Running A/B Tests
Azure AI SDK helps you easily and quickly run A/B tests to measure the effectiveness of different models and related parameters. By leveraging Statsig's powerful stats engine, you can gain real-time insights into model performance, optimizing for metrics like cost, accuracy, and latency. This integration enables you to experiment with various configurations, such as model type, prompt settings, or response parameters, and make data-driven decisions to enhance your application's efficiency and user experience.

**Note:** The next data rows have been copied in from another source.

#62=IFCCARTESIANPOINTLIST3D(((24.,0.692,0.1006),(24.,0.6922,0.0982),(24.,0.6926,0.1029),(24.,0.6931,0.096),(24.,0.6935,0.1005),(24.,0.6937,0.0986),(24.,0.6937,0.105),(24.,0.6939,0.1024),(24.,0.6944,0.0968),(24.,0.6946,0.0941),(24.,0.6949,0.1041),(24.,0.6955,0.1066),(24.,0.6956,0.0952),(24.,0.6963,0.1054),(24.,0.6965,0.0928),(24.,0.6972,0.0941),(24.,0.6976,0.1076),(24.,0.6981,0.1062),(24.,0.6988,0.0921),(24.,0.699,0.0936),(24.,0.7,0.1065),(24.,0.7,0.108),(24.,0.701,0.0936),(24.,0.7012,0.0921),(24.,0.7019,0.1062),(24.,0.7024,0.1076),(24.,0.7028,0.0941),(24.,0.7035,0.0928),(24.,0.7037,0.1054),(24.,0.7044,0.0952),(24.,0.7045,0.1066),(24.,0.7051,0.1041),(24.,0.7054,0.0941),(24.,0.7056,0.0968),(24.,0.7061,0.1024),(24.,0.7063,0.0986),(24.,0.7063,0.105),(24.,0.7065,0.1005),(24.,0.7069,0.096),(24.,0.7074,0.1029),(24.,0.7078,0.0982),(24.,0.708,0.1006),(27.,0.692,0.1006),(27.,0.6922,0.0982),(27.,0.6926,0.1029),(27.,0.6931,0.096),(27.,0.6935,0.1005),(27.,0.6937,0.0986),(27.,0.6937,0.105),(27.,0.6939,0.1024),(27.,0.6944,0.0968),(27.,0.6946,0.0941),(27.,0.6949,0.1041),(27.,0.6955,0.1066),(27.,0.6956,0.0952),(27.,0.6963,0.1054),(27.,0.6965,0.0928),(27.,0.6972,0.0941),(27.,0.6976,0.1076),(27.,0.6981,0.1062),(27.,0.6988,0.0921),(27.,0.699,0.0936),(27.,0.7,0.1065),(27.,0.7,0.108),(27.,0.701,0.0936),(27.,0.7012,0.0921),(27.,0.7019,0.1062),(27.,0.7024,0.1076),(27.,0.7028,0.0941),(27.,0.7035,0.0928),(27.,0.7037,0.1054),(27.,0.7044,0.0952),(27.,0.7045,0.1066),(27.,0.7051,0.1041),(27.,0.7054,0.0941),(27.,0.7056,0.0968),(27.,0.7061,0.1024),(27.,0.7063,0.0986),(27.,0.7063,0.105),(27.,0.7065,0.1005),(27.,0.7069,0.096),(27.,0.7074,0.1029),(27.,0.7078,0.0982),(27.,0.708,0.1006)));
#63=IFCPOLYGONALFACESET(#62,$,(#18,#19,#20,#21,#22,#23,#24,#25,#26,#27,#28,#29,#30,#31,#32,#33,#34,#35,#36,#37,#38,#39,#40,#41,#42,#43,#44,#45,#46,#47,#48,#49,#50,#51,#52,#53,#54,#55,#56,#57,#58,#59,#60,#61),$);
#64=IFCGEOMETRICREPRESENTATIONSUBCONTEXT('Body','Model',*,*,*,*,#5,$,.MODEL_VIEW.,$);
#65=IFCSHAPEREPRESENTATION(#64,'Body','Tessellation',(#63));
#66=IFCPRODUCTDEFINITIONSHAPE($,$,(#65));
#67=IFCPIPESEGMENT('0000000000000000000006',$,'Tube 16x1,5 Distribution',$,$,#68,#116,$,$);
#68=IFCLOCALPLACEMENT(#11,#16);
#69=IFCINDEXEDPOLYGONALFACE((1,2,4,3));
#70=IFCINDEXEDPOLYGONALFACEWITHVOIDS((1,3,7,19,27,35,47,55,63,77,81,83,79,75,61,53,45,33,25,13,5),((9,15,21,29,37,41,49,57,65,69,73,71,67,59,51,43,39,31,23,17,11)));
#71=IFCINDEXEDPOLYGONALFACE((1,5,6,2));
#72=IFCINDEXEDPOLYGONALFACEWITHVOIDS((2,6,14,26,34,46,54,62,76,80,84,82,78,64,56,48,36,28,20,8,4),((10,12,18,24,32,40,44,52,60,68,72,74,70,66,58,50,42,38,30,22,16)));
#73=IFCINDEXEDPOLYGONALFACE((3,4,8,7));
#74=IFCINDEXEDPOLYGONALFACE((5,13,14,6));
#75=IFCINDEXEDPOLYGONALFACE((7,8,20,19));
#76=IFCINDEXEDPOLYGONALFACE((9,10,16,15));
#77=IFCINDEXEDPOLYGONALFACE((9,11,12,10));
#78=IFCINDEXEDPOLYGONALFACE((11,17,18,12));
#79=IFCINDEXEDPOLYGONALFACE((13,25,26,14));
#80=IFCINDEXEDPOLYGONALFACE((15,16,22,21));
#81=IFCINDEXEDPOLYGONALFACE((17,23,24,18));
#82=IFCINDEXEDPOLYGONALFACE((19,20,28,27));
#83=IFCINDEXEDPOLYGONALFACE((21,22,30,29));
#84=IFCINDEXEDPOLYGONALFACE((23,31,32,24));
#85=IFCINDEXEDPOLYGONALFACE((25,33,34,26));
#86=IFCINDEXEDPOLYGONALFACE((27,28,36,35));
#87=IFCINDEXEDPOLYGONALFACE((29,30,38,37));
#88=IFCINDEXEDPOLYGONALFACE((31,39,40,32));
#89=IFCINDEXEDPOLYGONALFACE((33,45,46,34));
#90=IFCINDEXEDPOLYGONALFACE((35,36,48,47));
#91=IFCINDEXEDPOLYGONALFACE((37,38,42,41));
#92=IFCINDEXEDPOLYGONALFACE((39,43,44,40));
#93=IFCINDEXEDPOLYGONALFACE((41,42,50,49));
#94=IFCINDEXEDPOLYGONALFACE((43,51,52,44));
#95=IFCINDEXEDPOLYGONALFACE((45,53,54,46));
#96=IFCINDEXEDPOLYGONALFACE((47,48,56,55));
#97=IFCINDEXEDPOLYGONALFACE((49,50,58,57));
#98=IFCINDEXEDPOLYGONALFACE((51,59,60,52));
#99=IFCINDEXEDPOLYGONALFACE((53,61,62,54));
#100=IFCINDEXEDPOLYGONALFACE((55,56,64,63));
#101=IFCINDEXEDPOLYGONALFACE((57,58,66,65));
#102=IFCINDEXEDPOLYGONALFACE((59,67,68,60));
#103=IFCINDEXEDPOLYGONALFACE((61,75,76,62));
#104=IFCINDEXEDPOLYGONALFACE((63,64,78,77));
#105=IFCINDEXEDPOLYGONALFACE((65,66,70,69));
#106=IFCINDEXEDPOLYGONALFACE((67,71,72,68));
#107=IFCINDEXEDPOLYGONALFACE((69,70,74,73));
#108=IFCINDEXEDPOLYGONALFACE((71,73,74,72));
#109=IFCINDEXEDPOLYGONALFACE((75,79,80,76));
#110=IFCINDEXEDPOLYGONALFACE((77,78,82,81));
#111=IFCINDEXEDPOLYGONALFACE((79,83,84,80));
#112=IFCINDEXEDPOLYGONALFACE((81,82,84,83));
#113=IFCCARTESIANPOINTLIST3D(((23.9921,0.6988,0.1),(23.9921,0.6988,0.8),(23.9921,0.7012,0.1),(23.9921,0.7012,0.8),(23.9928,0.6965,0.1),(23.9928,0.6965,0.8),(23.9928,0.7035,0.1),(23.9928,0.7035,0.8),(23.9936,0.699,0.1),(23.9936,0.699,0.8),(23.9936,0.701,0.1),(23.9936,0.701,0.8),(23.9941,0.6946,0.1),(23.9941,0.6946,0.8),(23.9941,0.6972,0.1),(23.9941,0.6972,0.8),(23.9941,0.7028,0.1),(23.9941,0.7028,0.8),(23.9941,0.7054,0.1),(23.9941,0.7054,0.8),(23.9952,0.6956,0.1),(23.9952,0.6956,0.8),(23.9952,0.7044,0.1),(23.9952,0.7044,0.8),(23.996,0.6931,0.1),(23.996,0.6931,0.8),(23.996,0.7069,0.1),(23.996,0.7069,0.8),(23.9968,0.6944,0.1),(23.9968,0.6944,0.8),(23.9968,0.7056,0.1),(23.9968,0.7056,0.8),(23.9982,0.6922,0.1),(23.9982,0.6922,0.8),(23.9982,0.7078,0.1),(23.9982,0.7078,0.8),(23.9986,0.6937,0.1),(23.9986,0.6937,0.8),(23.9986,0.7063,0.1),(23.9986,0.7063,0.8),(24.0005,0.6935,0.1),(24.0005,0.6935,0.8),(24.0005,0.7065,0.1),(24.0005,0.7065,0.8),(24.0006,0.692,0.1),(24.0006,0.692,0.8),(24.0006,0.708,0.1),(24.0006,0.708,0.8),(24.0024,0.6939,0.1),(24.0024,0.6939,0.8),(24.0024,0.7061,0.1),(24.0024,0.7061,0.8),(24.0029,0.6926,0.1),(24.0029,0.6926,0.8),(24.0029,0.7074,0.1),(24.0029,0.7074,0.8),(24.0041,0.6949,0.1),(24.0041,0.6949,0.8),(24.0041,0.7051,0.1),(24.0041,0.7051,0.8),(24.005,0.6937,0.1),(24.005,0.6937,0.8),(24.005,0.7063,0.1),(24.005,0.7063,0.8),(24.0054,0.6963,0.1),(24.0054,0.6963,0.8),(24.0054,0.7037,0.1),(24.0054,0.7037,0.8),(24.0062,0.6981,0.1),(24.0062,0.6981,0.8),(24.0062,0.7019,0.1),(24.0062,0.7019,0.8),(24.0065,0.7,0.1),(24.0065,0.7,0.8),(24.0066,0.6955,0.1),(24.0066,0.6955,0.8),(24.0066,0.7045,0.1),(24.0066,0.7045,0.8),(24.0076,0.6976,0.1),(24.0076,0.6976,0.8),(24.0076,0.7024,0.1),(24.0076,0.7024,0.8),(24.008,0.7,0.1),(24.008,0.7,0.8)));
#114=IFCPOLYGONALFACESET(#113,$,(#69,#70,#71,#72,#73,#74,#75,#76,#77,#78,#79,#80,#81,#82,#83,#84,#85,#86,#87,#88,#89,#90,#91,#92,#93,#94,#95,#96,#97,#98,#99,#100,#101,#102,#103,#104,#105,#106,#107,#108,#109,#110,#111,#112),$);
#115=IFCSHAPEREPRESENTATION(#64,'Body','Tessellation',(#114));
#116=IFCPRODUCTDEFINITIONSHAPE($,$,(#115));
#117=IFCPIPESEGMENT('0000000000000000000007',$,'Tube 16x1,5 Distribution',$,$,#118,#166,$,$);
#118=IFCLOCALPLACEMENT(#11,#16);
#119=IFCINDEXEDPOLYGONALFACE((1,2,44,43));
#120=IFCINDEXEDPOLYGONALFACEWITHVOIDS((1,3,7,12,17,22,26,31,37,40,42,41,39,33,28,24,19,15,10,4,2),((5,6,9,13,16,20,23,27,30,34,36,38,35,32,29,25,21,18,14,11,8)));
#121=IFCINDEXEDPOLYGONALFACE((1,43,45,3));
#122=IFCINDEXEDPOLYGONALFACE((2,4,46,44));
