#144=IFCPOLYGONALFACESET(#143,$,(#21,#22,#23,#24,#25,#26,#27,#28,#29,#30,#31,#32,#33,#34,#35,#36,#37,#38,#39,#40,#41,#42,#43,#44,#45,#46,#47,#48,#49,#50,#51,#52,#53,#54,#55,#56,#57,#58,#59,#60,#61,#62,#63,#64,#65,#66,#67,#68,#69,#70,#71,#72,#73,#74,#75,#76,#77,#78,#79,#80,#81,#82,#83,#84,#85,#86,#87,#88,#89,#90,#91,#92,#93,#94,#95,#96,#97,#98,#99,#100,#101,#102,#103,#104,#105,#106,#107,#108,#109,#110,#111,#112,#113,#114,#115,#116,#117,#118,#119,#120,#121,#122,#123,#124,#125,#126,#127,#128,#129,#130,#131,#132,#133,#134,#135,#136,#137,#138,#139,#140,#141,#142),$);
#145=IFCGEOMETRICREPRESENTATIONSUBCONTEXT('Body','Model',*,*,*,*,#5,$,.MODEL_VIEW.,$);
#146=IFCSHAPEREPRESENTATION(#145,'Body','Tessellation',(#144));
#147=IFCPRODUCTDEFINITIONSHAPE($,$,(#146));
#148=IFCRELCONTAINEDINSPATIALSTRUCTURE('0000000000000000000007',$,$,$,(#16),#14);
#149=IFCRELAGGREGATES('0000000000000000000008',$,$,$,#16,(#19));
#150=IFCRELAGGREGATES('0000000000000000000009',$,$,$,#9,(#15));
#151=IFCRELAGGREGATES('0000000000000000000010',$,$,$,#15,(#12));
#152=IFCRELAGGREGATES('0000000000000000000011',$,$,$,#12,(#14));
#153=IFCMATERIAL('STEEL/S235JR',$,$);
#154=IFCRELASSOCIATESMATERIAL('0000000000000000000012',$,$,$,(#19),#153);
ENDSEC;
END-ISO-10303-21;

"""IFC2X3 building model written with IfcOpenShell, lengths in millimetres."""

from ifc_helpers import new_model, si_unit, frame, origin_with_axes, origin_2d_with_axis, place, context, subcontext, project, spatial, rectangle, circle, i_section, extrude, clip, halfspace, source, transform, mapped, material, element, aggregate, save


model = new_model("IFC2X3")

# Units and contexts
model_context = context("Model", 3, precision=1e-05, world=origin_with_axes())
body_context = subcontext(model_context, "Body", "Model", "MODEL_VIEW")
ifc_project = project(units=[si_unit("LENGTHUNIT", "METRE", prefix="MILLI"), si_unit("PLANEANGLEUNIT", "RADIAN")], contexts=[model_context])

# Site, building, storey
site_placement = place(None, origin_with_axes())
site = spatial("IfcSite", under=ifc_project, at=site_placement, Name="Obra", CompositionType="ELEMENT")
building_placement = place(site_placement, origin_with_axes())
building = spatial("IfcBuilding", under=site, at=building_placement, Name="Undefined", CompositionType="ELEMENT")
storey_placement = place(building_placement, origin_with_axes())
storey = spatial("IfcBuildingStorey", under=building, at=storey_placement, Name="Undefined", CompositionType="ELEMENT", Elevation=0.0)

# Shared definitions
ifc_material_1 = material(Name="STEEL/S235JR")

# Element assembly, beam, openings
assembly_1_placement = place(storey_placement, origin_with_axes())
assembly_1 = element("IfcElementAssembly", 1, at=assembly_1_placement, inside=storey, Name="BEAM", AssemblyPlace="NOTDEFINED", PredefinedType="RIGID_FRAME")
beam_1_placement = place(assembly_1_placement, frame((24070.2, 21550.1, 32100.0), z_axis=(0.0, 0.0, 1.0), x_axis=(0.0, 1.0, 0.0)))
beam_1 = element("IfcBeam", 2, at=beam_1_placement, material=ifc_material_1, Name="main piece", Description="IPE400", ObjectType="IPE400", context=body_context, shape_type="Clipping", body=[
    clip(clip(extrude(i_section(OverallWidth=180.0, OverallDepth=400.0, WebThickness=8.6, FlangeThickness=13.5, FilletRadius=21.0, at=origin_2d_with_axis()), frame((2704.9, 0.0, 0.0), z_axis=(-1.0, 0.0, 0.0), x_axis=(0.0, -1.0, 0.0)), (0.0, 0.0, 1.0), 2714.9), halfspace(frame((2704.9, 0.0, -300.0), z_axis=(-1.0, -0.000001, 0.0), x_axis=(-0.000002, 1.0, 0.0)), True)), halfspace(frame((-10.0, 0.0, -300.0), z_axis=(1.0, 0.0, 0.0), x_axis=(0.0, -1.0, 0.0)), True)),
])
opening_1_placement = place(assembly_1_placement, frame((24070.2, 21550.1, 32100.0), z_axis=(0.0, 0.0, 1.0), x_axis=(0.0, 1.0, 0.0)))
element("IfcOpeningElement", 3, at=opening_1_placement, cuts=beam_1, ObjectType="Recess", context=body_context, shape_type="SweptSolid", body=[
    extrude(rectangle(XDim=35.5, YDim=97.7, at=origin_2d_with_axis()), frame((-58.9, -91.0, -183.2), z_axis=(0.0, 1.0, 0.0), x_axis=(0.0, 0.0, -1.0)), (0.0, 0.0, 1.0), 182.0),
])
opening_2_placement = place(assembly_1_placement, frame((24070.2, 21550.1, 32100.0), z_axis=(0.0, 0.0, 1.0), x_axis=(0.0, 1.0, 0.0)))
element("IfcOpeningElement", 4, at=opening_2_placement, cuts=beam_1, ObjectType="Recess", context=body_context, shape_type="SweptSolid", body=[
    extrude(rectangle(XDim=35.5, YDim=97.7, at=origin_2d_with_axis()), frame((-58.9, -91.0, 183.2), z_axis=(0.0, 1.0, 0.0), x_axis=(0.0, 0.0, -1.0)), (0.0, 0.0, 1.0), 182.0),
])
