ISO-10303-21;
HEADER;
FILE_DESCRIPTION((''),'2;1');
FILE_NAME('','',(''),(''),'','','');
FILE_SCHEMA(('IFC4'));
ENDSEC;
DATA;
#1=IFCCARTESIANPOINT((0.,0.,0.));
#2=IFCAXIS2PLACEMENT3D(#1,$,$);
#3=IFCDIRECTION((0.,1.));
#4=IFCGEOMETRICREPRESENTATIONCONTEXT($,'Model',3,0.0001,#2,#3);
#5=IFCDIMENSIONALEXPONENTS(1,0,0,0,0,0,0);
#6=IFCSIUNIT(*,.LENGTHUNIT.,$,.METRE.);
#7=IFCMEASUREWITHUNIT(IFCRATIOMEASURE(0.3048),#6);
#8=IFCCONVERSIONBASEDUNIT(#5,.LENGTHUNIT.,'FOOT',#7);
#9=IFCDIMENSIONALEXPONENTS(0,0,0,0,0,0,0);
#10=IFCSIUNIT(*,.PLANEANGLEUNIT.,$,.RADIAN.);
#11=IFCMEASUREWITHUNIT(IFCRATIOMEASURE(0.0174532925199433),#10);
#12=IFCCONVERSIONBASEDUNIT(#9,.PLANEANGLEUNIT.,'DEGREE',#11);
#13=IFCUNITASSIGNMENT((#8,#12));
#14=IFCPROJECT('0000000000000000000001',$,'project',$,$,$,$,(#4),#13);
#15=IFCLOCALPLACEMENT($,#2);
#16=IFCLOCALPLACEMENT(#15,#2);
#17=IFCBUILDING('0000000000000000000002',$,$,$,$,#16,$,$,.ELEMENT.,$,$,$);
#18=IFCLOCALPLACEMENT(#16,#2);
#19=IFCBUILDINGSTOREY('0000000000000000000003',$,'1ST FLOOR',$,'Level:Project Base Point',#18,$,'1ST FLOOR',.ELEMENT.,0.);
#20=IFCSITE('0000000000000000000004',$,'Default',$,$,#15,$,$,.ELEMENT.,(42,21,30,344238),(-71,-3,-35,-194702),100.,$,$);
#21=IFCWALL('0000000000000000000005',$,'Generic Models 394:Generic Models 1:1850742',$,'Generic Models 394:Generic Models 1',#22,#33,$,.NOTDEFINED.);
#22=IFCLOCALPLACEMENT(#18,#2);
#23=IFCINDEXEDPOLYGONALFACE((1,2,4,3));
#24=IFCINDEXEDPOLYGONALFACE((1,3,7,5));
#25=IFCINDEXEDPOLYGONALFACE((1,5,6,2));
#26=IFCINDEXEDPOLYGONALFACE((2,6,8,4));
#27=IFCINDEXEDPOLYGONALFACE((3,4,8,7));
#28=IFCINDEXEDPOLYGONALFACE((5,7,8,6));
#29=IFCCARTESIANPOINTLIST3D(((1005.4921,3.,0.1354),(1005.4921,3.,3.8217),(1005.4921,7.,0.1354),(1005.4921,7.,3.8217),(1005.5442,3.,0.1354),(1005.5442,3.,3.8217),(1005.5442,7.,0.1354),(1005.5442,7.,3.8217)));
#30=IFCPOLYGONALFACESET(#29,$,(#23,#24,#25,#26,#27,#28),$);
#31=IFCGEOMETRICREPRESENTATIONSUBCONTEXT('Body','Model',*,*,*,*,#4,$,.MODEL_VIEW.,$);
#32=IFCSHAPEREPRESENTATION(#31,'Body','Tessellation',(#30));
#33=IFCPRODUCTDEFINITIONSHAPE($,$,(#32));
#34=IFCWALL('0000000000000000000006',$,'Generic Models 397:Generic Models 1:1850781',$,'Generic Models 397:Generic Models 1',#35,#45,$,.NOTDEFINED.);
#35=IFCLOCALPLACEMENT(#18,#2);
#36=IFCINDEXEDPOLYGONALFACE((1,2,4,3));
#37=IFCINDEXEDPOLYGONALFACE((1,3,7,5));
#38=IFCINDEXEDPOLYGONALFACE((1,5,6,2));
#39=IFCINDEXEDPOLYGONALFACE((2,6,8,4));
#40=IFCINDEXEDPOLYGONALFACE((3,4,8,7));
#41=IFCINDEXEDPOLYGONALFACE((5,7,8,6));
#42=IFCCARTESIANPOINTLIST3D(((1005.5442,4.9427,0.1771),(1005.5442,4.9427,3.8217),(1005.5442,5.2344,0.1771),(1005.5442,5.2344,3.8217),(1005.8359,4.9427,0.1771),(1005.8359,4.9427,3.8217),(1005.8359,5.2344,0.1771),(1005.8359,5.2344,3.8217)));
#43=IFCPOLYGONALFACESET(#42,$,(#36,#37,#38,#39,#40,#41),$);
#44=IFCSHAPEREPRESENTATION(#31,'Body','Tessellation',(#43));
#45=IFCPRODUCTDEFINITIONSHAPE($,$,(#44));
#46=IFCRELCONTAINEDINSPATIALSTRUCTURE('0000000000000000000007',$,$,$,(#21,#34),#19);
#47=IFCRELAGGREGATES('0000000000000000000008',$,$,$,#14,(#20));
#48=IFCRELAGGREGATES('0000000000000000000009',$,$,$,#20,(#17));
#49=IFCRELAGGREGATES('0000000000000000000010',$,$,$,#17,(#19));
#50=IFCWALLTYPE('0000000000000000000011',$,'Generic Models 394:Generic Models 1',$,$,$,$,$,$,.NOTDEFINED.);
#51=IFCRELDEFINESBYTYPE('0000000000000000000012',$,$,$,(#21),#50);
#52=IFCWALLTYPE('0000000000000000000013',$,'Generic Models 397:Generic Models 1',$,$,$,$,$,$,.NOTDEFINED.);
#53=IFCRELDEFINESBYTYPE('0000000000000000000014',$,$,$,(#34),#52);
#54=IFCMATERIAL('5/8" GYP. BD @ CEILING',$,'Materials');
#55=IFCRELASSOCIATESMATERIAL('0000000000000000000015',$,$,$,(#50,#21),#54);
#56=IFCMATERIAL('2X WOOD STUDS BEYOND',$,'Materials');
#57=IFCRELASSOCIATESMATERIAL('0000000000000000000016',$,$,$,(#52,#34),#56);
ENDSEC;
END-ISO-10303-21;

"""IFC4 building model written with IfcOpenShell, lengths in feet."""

from ifc_helpers import new_model, entity, si_unit, converted_unit, direction, frame, frame_2d, origin, origin_2d_with_axis, place, context, subcontext, project, spatial, rectangle, extrude, material, type_object, element, save


model = new_model("IFC4")

# Units and contexts
model_context = context("Model", 3, precision=0.0001, world=origin(), true_north=direction((0.0, 1.0)))
body_context = subcontext(model_context, "Body", "Model", "MODEL_VIEW")
ifc_project = project(units=[converted_unit("LENGTHUNIT", "FOOT", entity("IfcRatioMeasure", 0.3048), si_unit("LENGTHUNIT", "METRE"), dimensions=[1, 0, 0, 0, 0, 0, 0]), converted_unit("PLANEANGLEUNIT", "DEGREE", entity("IfcRatioMeasure", 0.0174532925199433), si_unit("PLANEANGLEUNIT", "RADIAN"), dimensions=[0, 0, 0, 0, 0, 0, 0])], contexts=[model_context])

# Site, building, storey
site_placement = place(None, origin())
site = spatial("IfcSite", under=ifc_project, at=site_placement, Name="Default", CompositionType="ELEMENT", RefLatitude=(42, 21, 30, 344238), RefLongitude=(-71, -3, -35, -194702), RefElevation=100.0)
building_placement = place(site_placement, origin())
building = spatial("IfcBuilding", under=site, at=building_placement, CompositionType="ELEMENT")
storey_placement = place(building_placement, origin())
storey = spatial("IfcBuildingStorey", under=building, at=storey_placement, Name="1ST FLOOR", ObjectType="Level:Project Base Point", LongName="1ST FLOOR", CompositionType="ELEMENT", Elevation=0.0)

# Walls
ifc_material_1 = material(Name="5/8\" GYP. BD @ CEILING", Category="Materials")
wall_type_1 = type_object("IfcWallType", Name="Generic Models 394:Generic Models 1", PredefinedType="NOTDEFINED", material=ifc_material_1)
wall_1_placement = place(storey_placement, frame((1005.4921, 3.0, 0.1354), z_axis=(0.0, 0.0, 1.0), x_axis=(0.0, 1.0, 0.0)))
element("IfcWall", 1, at=wall_1_placement, inside=storey, type_object=wall_type_1, material=ifc_material_1, Name="Generic Models 394:Generic Models 1:1850742", ObjectType="Generic Models 394:Generic Models 1", PredefinedType="NOTDEFINED", context=body_context, shape_type="SweptSolid", body=[
    extrude(rectangle(XDim=4.0, YDim=0.0521, at=frame_2d((0.0, 0.0), x_axis=(1.0, 0.0))), frame((2.0, -0.026, 0.0)), (0.0, 0.0, 1.0), 3.6863),
])
ifc_material_2 = material(Name="2X WOOD STUDS BEYOND", Category="Materials")
wall_type_2 = type_object("IfcWallType", Name="Generic Models 397:Generic Models 1", PredefinedType="NOTDEFINED", material=ifc_material_2)
wall_2_placement = place(storey_placement, frame((1005.5442, 4.9427, 0.1771)))
element("IfcWall", 2, at=wall_2_placement, inside=storey, type_object=wall_type_2, material=ifc_material_2, Name="Generic Models 397:Generic Models 1:1850781", ObjectType="Generic Models 397:Generic Models 1", PredefinedType="NOTDEFINED", context=body_context, shape_type="SweptSolid", body=[
    extrude(rectangle(XDim=0.2917, YDim=0.2917, at=origin_2d_with_axis()), frame((0.1458, 0.1458, 0.0), z_axis=(0.0, 0.0, 1.0), x_axis=(0.0, 1.0, 0.0)), (0.0, 0.0, 1.0), 3.6447),
])

save(model, "model.ifc")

Example: Test GPT4o vs. GPT4o-mini
Step 1: Create configs
Create two dynamic configs, one named gpt-4o
and another named gpt-4o-mini
. In the Value section add the endpoint, key and other default parameters like this:
These will serve as the base deployment configs for our tests, and also allow you to modify it on the fly as you launch
Step 2: Create some metrics to track
Let's take the example of a metric like latency and see how to create it in Statsig.
Navigate to the Metrics Catalog page (https://console.statsig.com/metrics/metrics_catalog) and click on Create button.
Now, in the Metric Definition section, choose:
Property | Value |
---|---|
Metric Type: | Aggregation |
ID Type: | User ID |
Aggregation Using: | Events |
Aggregation Type: | Average |
Rollup Mode: | Total Experiment |
Event: | usage |
Average Using: | Metadata => latency_ms |
This will create a metric that averages latency across all usage events coming from chat completions.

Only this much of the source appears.